BOYOLALI – Riswanto (24), terdakwa kasus pembunuhan atas nenek kandungnya sendiri dituntut Jaksa Penuntut Umum (JPU) hukuman penjara selama 15 tahun. Tuntutan tersebut dibacakan JPU Sri Wahyuningsih dalam persidangan di Pengadilan Negeri (PN) Boyolali, Kamis (26/2/2015).

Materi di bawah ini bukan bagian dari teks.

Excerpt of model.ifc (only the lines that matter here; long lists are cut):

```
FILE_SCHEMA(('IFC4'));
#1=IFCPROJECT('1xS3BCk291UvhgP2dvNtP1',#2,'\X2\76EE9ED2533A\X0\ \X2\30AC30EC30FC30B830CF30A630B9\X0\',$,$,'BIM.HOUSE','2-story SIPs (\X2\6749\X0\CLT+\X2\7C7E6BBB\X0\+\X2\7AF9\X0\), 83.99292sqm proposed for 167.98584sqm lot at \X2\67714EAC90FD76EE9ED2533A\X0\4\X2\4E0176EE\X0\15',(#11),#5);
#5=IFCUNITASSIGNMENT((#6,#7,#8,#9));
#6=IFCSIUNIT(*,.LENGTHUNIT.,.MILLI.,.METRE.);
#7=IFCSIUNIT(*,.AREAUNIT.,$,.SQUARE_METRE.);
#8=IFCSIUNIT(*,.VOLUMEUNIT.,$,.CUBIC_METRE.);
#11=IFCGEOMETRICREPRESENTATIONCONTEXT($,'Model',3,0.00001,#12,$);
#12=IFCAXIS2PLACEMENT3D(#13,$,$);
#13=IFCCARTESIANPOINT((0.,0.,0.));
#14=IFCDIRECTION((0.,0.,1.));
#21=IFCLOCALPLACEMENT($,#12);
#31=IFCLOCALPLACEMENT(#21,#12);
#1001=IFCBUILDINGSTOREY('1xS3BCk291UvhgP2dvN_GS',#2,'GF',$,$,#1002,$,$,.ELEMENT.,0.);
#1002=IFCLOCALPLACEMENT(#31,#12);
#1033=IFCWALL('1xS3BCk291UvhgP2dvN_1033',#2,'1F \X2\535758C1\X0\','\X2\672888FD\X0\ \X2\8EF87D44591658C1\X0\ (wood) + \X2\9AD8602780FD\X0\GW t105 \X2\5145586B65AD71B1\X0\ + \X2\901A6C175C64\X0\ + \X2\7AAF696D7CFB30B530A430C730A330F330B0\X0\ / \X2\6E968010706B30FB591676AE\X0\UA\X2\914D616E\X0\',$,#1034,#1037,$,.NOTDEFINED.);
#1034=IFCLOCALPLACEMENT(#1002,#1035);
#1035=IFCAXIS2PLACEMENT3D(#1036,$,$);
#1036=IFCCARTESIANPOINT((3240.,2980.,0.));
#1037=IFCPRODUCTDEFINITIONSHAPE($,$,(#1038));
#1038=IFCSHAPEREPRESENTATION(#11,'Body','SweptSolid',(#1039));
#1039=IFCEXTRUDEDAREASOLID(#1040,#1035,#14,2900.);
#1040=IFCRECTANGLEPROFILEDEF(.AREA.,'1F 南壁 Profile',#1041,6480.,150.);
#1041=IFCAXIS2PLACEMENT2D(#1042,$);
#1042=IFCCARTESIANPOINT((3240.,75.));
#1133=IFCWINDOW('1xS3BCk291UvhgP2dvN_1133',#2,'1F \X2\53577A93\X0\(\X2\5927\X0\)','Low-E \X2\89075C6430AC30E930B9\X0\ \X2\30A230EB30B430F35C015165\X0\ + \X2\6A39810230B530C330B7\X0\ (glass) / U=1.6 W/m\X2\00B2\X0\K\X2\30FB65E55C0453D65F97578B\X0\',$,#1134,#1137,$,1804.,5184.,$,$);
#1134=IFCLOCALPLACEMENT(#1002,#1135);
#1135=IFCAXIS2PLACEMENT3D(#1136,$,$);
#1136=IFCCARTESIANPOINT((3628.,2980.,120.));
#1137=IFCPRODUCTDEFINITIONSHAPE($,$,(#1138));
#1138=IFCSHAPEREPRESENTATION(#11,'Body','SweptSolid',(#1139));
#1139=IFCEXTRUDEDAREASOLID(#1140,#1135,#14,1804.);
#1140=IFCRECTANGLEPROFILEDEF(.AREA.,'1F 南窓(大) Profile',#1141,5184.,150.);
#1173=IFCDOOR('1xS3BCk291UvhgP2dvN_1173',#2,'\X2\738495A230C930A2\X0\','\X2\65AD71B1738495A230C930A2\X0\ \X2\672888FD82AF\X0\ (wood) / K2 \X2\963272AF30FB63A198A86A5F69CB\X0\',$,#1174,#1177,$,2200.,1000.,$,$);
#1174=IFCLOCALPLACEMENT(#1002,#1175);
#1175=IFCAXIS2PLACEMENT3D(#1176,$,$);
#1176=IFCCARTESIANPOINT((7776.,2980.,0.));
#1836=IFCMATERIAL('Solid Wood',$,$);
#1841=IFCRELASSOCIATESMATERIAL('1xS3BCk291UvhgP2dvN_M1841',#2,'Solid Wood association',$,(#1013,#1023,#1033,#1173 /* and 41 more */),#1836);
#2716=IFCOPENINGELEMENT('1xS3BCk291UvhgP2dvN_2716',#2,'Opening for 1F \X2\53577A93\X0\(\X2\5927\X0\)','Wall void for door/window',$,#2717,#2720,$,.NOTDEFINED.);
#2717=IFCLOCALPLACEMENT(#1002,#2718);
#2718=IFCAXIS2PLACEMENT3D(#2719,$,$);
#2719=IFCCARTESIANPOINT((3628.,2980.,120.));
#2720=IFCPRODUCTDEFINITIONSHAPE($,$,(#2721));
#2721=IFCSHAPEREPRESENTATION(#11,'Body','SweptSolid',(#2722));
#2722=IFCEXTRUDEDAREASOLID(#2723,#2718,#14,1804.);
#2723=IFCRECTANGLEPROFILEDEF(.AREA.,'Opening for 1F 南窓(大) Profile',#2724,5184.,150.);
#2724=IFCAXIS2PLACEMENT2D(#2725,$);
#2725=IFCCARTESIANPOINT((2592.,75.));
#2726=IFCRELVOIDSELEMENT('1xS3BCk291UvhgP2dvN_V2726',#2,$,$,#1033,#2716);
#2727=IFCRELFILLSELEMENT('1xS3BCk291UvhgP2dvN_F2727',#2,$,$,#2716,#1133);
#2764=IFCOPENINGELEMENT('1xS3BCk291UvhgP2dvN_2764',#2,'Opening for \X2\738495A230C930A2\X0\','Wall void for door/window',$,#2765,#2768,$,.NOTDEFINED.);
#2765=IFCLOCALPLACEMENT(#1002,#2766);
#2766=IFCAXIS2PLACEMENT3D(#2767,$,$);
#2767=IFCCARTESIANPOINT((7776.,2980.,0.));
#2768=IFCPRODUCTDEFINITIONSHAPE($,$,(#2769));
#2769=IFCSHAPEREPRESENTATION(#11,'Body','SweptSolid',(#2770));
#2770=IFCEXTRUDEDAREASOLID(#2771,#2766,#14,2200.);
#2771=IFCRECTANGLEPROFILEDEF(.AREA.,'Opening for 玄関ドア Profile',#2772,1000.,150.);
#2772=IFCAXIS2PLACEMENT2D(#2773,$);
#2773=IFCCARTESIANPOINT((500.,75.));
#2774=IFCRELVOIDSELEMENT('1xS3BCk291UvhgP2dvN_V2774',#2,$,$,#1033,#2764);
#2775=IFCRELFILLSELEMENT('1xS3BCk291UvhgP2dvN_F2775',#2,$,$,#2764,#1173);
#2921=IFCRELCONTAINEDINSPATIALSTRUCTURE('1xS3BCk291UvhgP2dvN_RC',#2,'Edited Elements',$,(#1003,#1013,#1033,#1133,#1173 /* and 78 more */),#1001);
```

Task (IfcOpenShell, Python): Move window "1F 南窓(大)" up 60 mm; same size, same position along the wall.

```python
import numpy as np
import ifcopenshell
import ifcopenshell.api.geometry
import ifcopenshell.util.placement
import ifcopenshell.util.unit

model = ifcopenshell.open("model.ifc")
unit_scale = ifcopenshell.util.unit.calculate_unit_scale(model)

window = model.by_guid("1xS3BCk291UvhgP2dvN_1133")
opening = window.FillsVoids[0].RelatingOpeningElement
dz = 0.06 / unit_scale

shift = np.array([0.0, 0.0, dz])
# The window is not placed relative to its opening, so move both.
for product in (opening, window):
    matrix = ifcopenshell.util.placement.get_local_placement(product.ObjectPlacement)
    matrix[:3, 3] += shift
    ifcopenshell.api.geometry.edit_object_placement(model, product=product, matrix=matrix, is_si=False)

print(f"moved by {dz * unit_scale:+.3f} m")

model.write("model_updated.ifc")
```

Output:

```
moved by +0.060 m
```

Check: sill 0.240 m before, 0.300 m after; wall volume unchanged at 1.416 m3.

Dalam tuntutannya, JPU menyatakan dari fakta-fakta persidangan, terdakwa warga Dukuh Seling, Desa Karangjati, Kecamatan Wonosegoro tersebut, terbukti tega membunuh nenek kandungnya, Ngatiyem (70), hanya demi merebut harta warisan. Menurut Wahyuningsih, terdakwa terbukti secara sah dan meyakinkan telah melakukan tindak pidana pembunuhan berencana terhadap korban.

“Terdakwa dituntut 15 tahun penjara,” ungkap JPU.

Fakta persidangan yang terungkap di antaranya perbuatan pembunuhan dilakukan pada Jumat 3 November 2014. Korban dibunuh dengan cara membekap menggunakan sarung bantal yang dilumuri racun serangga. Usai melakukan perbuatan keji itu, terdakwa berupaya menghilangkan barang bukti sarung bantal tersebut dengan membuangnya ke kebun belakang rumah.

Pembunuhan tersebut sudah direncanakan terdakwa sebelumnya. Bahkan terdakwa juga sudah beberapa kali berupaya melakukan pembunuhan kepada nenek yang sudah memeliharanya sejak kecil itu. Percobaan pembunuhan sebelumnya dilakukan terdakwa dengan cara menaruh racun di minuman neneknya, tetapi upaya tersebut tidak berhasil.

“Yang meringankan bahwa terdakwa sudah menyesali perbuatannya dan pihak keluarga sudah memaafkan,” jelas dia.

Sementara itu, atas tuntutan JPU, terdakwa Riswanto yang didampingi kuasa hukumnya, Thontowi Jauhari menyatakan akan menyampaikan pledoi (pembelaan) pada sidang selanjutnya.